Another hedge fund firm with ties to Julian Robertson Jr.’s legendary Tiger Management Corp. is shutting down.
New York–based TigerShark Management, co-founded by Thomas Facciola and Michael Sears in February 2001, is returning what amounts to only $100 million or so to clients, a paltry sum given its 14-year history, according to published reports.
This is the fourth so-called Tiger Cub (firms whose founders worked for Tiger Management) or Tiger Seed (firms that received start-up capital from Robertson) to close down since the beginning of 2014. Even more significantly, it is the third of the initial class of five Tiger Seeds launched in 2000 and 2001 to shut down.
In March, Patrick McCormack’s Tiger Consumer Management announced it would close down its fund, which was managing $2.2 billion at the end of 2013. By the end of last year, its U.S. stock portfolio had nearly $1.4 billion.
In 2012, Bill Hwang closed Tiger Asia Management amid investigations into insider trading. Six years after landing in the U.S., Hwang, who prefers to go by his adopted American name rather than his Korean name, Sung-Kook, graduated from the University of California, Los Angeles, and then received his MBA from Carnegie Mellon University.
Hwang worked as a broker at Hyundai Securities Co., where he met an analyst with Tiger Management and eventually struck up a relationship with Robertson. The Tiger founder later hired Hwang to help navigate the South Korean market, which Robertson thought was undervalued. After Tiger was shuttered, Hwang’s became one of the first funds to be seeded by Robertson.
Through 2007, Tiger Asia racked up a compounded annualized return of about 40 percent. At the end of 2007, Hwang had about $8 billion under management.
As financial markets started to crumble in 2008 amid concerns over subprime mortgages, Tiger Asia was actually in positive territory as late as August of that year. But Hwang’s portfolio was positioned for market gains that year, and when markets plummeted, he finished the year down 23 percent.
In December 2013 a Hong Kong court ordered Hwang, Tiger Asia and one of its officers to pay $5.8 million stemming from insider trading charges, according to reports at the time. The hedge fund firm had admitted to using inside information on two different occasions in late 2008 and early 2009 to trade the shares of two Chinese banks, according to the reports. These and charges from regulators in other countries forced Hwang to shut his firm in late 2012.
Other recent Tiger-related funds — but not Tiger Seeds — to close include Scout Capital Management, headed by Adam Weiss and James Crichton, and Joho Capital, founded by Robert Karr, both of which shut down in 2014.
The only two of the original Tiger Seeds to remain in operation are J. Kevin Kenny Jr.’s Emerging Sovereign Group and Charles (Chase) Coleman III’s Tiger Global Management.
In 2011 private equity firm the Carlyle Group bought a 55 percent stake in Emerging Sovereign Group. Coleman, of course, is one of the most successful managers in general to emerge from the Tiger den. He now manages more than $20 billion, including $10 billion in hedge funds and long-only funds. He is also one of the best-performing hedge fund managers of the past few years.
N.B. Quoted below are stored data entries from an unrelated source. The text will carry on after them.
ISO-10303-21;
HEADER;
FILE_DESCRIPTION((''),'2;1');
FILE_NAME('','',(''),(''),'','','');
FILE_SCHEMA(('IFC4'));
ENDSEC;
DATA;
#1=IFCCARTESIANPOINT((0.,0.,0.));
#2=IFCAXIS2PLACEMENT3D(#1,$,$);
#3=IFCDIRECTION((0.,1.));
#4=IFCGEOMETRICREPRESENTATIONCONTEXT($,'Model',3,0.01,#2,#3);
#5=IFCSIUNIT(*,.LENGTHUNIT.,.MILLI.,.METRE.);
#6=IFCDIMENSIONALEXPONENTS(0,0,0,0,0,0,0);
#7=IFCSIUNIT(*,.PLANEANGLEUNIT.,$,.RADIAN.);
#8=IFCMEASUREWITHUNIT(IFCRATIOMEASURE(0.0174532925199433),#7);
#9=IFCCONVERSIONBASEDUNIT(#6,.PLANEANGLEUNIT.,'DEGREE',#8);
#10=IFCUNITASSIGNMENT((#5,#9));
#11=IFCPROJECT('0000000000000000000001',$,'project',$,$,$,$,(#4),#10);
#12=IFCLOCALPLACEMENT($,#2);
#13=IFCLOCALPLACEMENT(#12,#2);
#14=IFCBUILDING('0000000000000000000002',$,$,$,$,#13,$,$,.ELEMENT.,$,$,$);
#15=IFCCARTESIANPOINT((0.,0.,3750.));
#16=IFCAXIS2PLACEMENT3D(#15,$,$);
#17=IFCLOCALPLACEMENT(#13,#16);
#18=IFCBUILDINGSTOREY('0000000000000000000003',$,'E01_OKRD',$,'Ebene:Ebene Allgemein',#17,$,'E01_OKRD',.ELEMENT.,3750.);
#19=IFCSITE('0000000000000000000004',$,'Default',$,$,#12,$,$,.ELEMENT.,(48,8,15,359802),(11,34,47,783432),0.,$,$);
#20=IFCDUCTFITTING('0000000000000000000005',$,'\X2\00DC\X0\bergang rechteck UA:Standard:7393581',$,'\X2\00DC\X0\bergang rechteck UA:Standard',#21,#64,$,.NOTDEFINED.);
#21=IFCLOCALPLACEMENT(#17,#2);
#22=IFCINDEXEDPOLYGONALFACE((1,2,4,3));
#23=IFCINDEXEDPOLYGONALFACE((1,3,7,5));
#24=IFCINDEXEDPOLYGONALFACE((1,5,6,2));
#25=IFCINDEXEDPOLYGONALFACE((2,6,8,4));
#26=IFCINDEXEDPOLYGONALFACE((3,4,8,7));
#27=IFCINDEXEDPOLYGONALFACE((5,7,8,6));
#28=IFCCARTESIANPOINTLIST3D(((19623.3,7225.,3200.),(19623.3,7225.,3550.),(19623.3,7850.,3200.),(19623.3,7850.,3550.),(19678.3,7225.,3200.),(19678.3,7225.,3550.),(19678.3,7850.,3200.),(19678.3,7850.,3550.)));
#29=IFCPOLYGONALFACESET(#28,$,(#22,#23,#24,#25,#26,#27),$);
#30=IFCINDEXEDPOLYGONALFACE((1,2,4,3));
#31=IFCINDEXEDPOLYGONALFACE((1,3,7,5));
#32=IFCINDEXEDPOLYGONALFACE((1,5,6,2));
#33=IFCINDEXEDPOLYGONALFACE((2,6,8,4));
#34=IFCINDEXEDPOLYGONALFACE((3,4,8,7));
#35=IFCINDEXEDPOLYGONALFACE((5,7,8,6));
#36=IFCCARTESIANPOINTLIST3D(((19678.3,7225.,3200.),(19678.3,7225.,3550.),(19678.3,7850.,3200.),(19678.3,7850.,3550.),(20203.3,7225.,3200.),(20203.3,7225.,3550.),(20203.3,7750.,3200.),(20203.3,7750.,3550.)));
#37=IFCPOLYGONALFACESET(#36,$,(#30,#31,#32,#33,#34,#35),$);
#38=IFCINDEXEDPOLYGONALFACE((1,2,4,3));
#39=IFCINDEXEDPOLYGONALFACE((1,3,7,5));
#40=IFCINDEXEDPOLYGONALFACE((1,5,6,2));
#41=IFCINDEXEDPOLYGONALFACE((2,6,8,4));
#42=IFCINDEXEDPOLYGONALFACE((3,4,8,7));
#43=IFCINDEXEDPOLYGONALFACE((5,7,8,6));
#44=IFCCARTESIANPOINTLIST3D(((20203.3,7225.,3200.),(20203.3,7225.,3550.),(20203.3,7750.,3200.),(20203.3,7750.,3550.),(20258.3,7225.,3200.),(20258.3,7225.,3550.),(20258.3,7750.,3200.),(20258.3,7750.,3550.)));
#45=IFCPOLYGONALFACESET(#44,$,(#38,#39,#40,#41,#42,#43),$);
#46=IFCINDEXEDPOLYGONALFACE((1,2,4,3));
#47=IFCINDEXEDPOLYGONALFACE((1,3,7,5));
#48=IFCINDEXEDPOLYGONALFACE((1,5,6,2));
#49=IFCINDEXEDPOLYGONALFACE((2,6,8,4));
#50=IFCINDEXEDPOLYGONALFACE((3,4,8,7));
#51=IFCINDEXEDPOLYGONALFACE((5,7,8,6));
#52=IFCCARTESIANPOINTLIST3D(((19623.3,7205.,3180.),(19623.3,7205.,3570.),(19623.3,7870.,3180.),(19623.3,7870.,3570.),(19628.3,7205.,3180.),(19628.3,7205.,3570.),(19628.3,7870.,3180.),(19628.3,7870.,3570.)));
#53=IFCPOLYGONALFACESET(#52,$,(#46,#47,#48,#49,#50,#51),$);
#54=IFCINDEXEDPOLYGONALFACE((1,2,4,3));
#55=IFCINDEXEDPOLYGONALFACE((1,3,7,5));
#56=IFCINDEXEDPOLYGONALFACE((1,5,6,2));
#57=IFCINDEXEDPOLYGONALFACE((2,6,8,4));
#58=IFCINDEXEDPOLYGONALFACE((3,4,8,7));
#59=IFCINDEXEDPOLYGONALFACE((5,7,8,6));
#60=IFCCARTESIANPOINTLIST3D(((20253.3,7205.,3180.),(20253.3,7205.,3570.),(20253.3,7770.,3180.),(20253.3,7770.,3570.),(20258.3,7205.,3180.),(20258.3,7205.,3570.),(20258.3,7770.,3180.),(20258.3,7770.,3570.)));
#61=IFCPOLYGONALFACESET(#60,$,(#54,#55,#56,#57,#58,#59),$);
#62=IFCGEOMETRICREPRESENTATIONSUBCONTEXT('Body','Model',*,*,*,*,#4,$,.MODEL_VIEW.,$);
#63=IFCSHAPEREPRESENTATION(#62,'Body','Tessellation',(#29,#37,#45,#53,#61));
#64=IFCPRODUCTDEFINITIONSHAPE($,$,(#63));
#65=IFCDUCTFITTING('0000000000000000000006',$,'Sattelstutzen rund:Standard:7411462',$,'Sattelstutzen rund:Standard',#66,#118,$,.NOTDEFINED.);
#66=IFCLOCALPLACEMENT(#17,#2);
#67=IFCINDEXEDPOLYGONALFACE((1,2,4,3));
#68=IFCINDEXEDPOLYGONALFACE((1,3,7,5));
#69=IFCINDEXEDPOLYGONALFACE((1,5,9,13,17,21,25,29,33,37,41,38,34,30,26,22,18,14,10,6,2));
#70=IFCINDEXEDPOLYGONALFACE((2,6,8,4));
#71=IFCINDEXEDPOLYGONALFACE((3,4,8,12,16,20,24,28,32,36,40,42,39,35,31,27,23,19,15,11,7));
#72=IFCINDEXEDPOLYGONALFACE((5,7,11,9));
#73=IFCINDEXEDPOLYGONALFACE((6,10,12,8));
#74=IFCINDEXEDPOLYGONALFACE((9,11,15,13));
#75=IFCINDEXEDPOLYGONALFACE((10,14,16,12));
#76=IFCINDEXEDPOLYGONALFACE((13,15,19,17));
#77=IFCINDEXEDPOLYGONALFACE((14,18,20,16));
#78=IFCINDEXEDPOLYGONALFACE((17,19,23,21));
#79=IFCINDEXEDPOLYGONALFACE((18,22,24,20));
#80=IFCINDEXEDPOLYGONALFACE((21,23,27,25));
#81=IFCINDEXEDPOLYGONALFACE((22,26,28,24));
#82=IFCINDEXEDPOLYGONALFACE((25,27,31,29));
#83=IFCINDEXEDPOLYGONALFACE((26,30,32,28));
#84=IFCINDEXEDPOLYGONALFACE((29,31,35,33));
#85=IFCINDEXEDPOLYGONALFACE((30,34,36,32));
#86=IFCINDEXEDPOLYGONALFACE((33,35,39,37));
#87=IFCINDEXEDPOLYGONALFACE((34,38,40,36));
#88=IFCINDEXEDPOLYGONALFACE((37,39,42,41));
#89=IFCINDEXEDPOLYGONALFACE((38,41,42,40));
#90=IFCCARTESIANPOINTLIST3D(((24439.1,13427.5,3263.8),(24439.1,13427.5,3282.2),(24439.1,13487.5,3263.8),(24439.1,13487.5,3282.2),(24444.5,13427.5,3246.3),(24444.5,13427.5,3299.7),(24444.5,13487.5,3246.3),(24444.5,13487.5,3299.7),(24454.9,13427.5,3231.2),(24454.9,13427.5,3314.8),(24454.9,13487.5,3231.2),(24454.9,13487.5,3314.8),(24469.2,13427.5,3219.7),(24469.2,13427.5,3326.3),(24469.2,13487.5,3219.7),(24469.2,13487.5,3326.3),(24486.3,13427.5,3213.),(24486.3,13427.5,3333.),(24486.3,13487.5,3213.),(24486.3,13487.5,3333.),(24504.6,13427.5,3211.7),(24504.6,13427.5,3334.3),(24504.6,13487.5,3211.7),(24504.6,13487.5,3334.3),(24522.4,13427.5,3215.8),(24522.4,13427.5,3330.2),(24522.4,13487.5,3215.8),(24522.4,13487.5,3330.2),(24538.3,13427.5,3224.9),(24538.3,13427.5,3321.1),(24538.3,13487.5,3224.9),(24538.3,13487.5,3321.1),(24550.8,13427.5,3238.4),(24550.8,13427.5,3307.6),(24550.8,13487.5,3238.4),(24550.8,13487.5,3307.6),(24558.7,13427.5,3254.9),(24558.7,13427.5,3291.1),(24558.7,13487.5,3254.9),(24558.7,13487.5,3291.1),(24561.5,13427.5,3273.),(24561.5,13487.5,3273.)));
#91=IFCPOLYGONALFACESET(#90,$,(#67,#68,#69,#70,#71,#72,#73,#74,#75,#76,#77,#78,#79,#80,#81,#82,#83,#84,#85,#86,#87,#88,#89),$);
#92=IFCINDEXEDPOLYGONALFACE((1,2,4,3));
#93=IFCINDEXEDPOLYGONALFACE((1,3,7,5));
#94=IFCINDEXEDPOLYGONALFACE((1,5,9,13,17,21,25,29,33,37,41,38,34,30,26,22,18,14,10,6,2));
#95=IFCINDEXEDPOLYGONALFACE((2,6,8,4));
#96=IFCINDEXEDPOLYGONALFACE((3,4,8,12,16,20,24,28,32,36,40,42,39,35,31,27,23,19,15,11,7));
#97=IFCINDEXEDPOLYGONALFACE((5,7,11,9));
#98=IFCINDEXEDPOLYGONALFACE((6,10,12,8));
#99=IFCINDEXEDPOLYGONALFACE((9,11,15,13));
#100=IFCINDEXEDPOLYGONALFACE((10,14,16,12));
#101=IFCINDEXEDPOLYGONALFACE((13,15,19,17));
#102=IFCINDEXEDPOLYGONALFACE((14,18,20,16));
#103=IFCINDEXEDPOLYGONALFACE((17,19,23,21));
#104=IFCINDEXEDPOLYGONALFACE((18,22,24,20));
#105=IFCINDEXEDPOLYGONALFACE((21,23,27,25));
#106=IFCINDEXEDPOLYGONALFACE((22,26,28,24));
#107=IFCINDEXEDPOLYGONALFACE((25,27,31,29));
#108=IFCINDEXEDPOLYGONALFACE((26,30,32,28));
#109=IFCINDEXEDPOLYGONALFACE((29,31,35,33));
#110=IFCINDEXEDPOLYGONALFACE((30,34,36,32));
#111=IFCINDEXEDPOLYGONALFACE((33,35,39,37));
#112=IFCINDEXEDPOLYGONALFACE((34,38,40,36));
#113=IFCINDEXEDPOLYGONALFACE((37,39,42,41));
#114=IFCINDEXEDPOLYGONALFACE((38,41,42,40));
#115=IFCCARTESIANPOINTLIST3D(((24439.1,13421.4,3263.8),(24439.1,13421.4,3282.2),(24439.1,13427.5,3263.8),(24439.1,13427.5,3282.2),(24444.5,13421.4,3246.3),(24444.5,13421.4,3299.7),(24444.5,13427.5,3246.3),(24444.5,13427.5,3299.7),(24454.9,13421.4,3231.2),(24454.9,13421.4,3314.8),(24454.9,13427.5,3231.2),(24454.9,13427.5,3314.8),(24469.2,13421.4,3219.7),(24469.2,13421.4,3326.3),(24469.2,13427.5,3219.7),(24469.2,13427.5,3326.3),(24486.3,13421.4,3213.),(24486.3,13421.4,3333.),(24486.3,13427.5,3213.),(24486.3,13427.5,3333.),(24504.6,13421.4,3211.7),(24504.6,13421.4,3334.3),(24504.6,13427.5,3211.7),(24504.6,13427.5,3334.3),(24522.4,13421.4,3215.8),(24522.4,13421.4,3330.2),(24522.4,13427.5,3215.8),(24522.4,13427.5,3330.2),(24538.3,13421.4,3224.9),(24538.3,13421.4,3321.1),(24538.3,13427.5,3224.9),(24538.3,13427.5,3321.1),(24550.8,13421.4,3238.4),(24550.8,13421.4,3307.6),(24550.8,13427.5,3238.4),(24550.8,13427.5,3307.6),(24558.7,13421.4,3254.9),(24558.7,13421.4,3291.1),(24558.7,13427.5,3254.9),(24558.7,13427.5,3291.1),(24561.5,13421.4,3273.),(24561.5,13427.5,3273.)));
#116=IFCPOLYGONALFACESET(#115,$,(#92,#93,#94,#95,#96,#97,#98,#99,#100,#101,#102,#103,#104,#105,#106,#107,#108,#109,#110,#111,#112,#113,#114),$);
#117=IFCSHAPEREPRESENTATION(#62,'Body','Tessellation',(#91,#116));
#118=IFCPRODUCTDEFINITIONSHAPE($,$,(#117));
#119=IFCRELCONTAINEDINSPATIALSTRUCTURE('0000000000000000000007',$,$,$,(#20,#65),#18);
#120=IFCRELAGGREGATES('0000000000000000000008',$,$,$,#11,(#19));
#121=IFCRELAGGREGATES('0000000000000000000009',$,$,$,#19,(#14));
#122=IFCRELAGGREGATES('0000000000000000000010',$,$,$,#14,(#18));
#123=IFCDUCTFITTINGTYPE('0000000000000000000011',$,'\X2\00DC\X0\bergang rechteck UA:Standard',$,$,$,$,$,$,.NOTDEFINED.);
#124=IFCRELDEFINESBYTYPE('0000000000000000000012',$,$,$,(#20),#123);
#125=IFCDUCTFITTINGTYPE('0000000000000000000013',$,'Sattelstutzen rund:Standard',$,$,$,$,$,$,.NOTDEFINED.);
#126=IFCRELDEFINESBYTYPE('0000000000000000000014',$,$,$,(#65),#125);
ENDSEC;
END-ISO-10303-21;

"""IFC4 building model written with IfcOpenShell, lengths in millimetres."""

from ifc_helpers import new_model, entity, si_unit, converted_unit, direction, frame, frame_2d, origin, origin_2d_with_axis, place, context, subcontext, project, spatial, polyline, rectangle, circle, outline, extrude, source, transform, mapped, type_object, type_shapes, element, save


model = new_model("IFC4")

# Units and contexts
model_context = context("Model", 3, precision=0.01, world=origin(), true_north=direction((0.0, 1.0)))
body_context = subcontext(model_context, "Body", "Model", "MODEL_VIEW")
ifc_project = project(units=[si_unit("LENGTHUNIT", "METRE", prefix="MILLI"), converted_unit("PLANEANGLEUNIT", "DEGREE", entity("IfcRatioMeasure", 0.0174532925199433), si_unit("PLANEANGLEUNIT", "RADIAN"), dimensions=[0, 0, 0, 0, 0, 0, 0])], contexts=[model_context])

# Site, building, storey
site_placement = place(None, origin())
site = spatial("IfcSite", under=ifc_project, at=site_placement, Name="Default", CompositionType="ELEMENT", RefLatitude=(48, 8, 15, 359802), RefLongitude=(11, 34, 47, 783432), RefElevation=0.0)
building_placement = place(site_placement, origin())
building = spatial("IfcBuilding", under=site, at=building_placement, CompositionType="ELEMENT")
storey_placement = place(building_placement, frame((0.0, 0.0, 3750.0)))
storey = spatial("IfcBuildingStorey", under=building, at=storey_placement, Name="E01_OKRD", ObjectType="Ebene:Ebene Allgemein", LongName="E01_OKRD", CompositionType="ELEMENT", Elevation=3750.0)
Facciola, a Staten Island native, and Sears worked stints at Salomon Brothers — where Facciola was a First Team II All-America Research member covering financial companies — and Lehman Brothers Holdings before they joined Tiger in 2000 to work on its hedge funds, which ultimately shut down that year.
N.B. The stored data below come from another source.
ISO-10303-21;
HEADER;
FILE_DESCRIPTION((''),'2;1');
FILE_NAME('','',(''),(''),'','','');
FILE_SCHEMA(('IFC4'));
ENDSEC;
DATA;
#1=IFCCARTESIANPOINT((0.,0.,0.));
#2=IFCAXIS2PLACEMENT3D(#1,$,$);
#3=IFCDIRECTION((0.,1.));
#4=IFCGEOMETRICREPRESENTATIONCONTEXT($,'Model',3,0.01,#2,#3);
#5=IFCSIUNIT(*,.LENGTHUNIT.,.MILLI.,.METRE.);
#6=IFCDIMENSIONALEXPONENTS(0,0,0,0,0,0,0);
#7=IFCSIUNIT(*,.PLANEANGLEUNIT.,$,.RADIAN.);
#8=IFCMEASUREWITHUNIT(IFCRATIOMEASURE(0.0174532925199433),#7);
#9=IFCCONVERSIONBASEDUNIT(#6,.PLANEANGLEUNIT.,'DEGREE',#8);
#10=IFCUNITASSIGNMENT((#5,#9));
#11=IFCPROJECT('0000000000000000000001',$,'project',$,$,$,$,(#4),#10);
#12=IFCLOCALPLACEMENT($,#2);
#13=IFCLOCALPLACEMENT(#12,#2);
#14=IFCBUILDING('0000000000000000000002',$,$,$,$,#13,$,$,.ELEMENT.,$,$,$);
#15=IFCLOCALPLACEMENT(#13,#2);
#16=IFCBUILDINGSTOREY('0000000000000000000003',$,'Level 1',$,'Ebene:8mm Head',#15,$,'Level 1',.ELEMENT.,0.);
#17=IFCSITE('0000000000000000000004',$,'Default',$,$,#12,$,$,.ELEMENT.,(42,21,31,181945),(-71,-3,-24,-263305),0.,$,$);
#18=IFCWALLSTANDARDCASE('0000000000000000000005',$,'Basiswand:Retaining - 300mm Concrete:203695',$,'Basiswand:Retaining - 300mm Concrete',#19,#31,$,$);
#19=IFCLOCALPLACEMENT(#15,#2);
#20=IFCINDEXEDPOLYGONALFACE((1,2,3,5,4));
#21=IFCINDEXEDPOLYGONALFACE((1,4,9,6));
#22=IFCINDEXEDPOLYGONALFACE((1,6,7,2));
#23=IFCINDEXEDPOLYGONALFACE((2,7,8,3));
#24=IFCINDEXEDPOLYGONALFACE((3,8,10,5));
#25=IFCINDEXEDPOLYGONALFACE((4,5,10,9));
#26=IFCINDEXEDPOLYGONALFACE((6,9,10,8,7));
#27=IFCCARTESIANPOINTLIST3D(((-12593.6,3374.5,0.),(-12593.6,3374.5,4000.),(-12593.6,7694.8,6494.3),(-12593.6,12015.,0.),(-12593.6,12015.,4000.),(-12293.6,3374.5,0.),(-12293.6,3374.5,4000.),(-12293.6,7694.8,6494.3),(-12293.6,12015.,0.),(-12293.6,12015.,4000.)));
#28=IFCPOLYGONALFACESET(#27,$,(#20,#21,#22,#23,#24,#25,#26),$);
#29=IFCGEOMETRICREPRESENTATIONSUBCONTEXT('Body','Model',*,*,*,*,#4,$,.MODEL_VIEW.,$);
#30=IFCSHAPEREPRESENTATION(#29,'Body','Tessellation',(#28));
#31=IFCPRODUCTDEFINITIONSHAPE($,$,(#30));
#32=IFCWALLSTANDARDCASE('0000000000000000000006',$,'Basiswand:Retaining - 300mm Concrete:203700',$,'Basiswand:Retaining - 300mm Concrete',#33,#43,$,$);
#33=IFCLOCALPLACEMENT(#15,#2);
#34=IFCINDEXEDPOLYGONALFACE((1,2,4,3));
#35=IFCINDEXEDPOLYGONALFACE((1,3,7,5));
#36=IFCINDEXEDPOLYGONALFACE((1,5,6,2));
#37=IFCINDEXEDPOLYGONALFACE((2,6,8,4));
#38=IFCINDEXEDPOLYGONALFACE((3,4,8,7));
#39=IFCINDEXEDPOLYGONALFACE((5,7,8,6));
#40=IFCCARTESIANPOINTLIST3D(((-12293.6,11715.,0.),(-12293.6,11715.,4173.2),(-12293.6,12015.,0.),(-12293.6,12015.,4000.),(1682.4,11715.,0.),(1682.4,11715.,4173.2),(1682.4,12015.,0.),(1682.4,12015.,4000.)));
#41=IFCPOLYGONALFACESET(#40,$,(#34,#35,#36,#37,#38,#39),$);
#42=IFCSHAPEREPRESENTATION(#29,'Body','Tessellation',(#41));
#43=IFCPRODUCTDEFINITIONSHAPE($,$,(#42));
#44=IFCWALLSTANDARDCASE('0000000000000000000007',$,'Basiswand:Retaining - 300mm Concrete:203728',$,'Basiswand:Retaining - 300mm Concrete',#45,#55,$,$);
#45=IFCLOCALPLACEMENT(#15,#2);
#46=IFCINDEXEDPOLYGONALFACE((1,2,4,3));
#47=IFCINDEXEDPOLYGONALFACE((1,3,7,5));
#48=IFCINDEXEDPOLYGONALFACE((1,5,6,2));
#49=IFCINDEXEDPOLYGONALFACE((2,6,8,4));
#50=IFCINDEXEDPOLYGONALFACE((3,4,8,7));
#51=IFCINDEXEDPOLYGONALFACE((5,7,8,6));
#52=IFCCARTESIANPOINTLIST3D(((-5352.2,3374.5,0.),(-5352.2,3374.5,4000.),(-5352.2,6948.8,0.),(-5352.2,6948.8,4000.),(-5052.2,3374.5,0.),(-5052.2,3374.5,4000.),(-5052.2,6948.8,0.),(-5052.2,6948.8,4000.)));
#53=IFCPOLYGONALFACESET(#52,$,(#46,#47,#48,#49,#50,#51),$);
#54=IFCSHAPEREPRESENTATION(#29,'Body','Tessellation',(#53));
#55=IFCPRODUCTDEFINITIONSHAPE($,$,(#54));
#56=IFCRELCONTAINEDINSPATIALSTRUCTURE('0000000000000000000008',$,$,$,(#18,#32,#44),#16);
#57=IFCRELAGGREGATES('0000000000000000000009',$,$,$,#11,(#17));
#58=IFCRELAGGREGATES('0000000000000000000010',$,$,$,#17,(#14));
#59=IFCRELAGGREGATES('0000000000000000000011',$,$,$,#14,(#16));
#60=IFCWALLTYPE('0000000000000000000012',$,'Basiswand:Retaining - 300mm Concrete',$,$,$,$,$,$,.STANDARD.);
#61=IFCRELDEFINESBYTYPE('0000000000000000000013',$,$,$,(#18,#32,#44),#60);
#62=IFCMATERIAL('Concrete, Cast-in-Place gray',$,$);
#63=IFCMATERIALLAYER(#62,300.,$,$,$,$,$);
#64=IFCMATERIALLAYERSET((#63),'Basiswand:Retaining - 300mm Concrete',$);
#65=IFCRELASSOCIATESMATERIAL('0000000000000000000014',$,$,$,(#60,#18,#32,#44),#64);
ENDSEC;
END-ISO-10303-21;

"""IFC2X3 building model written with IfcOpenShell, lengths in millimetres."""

from ifc_helpers import new_model, entity, si_unit, converted_unit, direction, frame, frame_2d, origin, place, context, subcontext, project, spatial, polyline, rectangle, extrude, clip, bounded_halfspace, material, layer, layer_set, layer_usage, type_object, element, save


model = new_model("IFC2X3")

# Units and contexts
model_context = context("Model", 3, precision=0.01, world=origin(), true_north=direction((0.0, 1.0)))
body_context = subcontext(model_context, "Body", "Model", "MODEL_VIEW")
ifc_project = project(units=[si_unit("LENGTHUNIT", "METRE", prefix="MILLI"), converted_unit("PLANEANGLEUNIT", "DEGREE", entity("IfcRatioMeasure", 0.0174532925199433), si_unit("PLANEANGLEUNIT", "RADIAN"), dimensions=[0, 0, 0, 0, 0, 0, 0])], contexts=[model_context])

# Site, building, storey
site_placement = place(None, origin())
site = spatial("IfcSite", under=ifc_project, at=site_placement, Name="Default", CompositionType="ELEMENT", RefLatitude=(42, 21, 31, 181945), RefLongitude=(-71, -3, -24, -263305), RefElevation=0.0)
building_placement = place(site_placement, origin())
building = spatial("IfcBuilding", under=site, at=building_placement, CompositionType="ELEMENT")
storey_placement = place(building_placement, origin())
storey = spatial("IfcBuildingStorey", under=building, at=storey_placement, Name="Level 1", ObjectType="Ebene:8mm Head", LongName="Level 1", CompositionType="ELEMENT", Elevation=0.0)

# Walls
ifc_material_1 = material(Name="Concrete, Cast-in-Place gray")
ifc_layer_1 = layer(ifc_material_1, 300.0)
ifc_layer_set_1 = layer_set([ifc_layer_1], Name="Basiswand:Retaining - 300mm Concrete")
ifc_layer_usage_1 = layer_usage(ifc_layer_set_1, "AXIS2", "NEGATIVE", 150.0)
wall_type = type_object("IfcWallType", Name="Basiswand:Retaining - 300mm Concrete", PredefinedType="STANDARD", material=ifc_layer_set_1)
wall_1_placement = place(storey_placement, frame((-12443.6, 3374.5, 0.0), z_axis=(0.0, 0.0, 1.0), x_axis=(0.0, 1.0, 0.0)))
element("IfcWallStandardCase", 1, at=wall_1_placement, inside=storey, type_object=wall_type, material=ifc_layer_usage_1, Name="Basiswand:Retaining - 300mm Concrete:203695", ObjectType="Basiswand:Retaining - 300mm Concrete", context=body_context, shape_type="Clipping", body=[
    clip(clip(extrude(rectangle(XDim=8640.5, YDim=300.0, at=frame_2d((4320.3, 0.0), x_axis=(-1.0, 0.0))), origin(), (0.0, 0.0, 1.0), 6494.3), bounded_halfspace(frame((0.0, -150.0, 4000.0), z_axis=(-0.5, 0.0, 0.866025), x_axis=(0.0, -1.0, 0.0)), False, frame((0.0, -150.0, 4000.0)), polyline([(0.0, 0.0), (4320.3, 0.0), (4320.3, 300.0), (0.0, 300.0), (0.0, 0.0)]))), bounded_halfspace(frame((4320.3, -150.0, 6494.3), z_axis=(0.5, 0.0, 0.866025), x_axis=(0.0, 1.0, 0.0)), False, frame((4320.3, -150.0, 6494.3)), polyline([(0.0, 0.0), (4020.3, 0.0), (4320.3, 0.0), (4320.3, 300.0), (0.0, 300.0), (0.0, 0.0)]))),
])
ifc_layer_usage_2 = layer_usage(ifc_layer_set_1, "AXIS2", "NEGATIVE", 150.0)
wall_2_placement = place(storey_placement, frame((-12293.6, 11865.0, 0.0)))
element("IfcWallStandardCase", 2, at=wall_2_placement, inside=storey, type_object=wall_type, material=ifc_layer_usage_2, Name="Basiswand:Retaining - 300mm Concrete:203700", ObjectType="Basiswand:Retaining - 300mm Concrete", context=body_context, shape_type="Clipping", body=[
    clip(extrude(rectangle(XDim=13976.0, YDim=300.0, at=frame_2d((6988.0, 0.0), x_axis=(-1.0, 0.0))), origin(), (0.0, 0.0, 1.0), 4173.2), bounded_halfspace(frame((0.0, -150.0, 4173.2), z_axis=(0.0, 0.5, 0.866025), x_axis=(-1.0, 0.0, 0.0)), False, frame((0.0, -150.0, 4173.2)), polyline([(0.0, 0.0), (6941.4, 0.0), (7241.4, 0.0), (13676.0, 0.0), (13976.0, 0.0), (13976.0, 300.0), (0.0, 300.0), (0.0, 0.0)]))),
])
ifc_layer_usage_3 = layer_usage(ifc_layer_set_1, "AXIS2", "NEGATIVE", 150.0)
wall_3_placement = place(storey_placement, frame((-5202.2, 3374.5, 0.0), z_axis=(0.0, 0.0, 1.0), x_axis=(0.0, 1.0, 0.0)))
element("IfcWallStandardCase", 3, at=wall_3_placement, inside=storey, type_object=wall_type, material=ifc_layer_usage_3, Name="Basiswand:Retaining - 300mm Concrete:203728", ObjectType="Basiswand:Retaining - 300mm Concrete", context=body_context, shape_type="SweptSolid", body=[
    extrude(rectangle(XDim=3574.2, YDim=300.0, at=frame_2d((1787.1, 0.0), x_axis=(-1.0, 0.0))), origin(), (0.0, 0.0, 1.0), 4000.0),
])

save(model, "model.ifc")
Facciola told me in an interview for a December 2002 Institutional Investor cover story highlighting the original five Tiger Seeds that he earlier had turned down a job offer from Robertson in the mid-1990s. “I was not ready for the buy side,” he said at the time.
He and Sears launched TigerShark in 2001, specializing in banks and financial stocks. It finished that year up 38 percent and was running $185 million by the end of 2002. In 2010 it was managing about $260 million.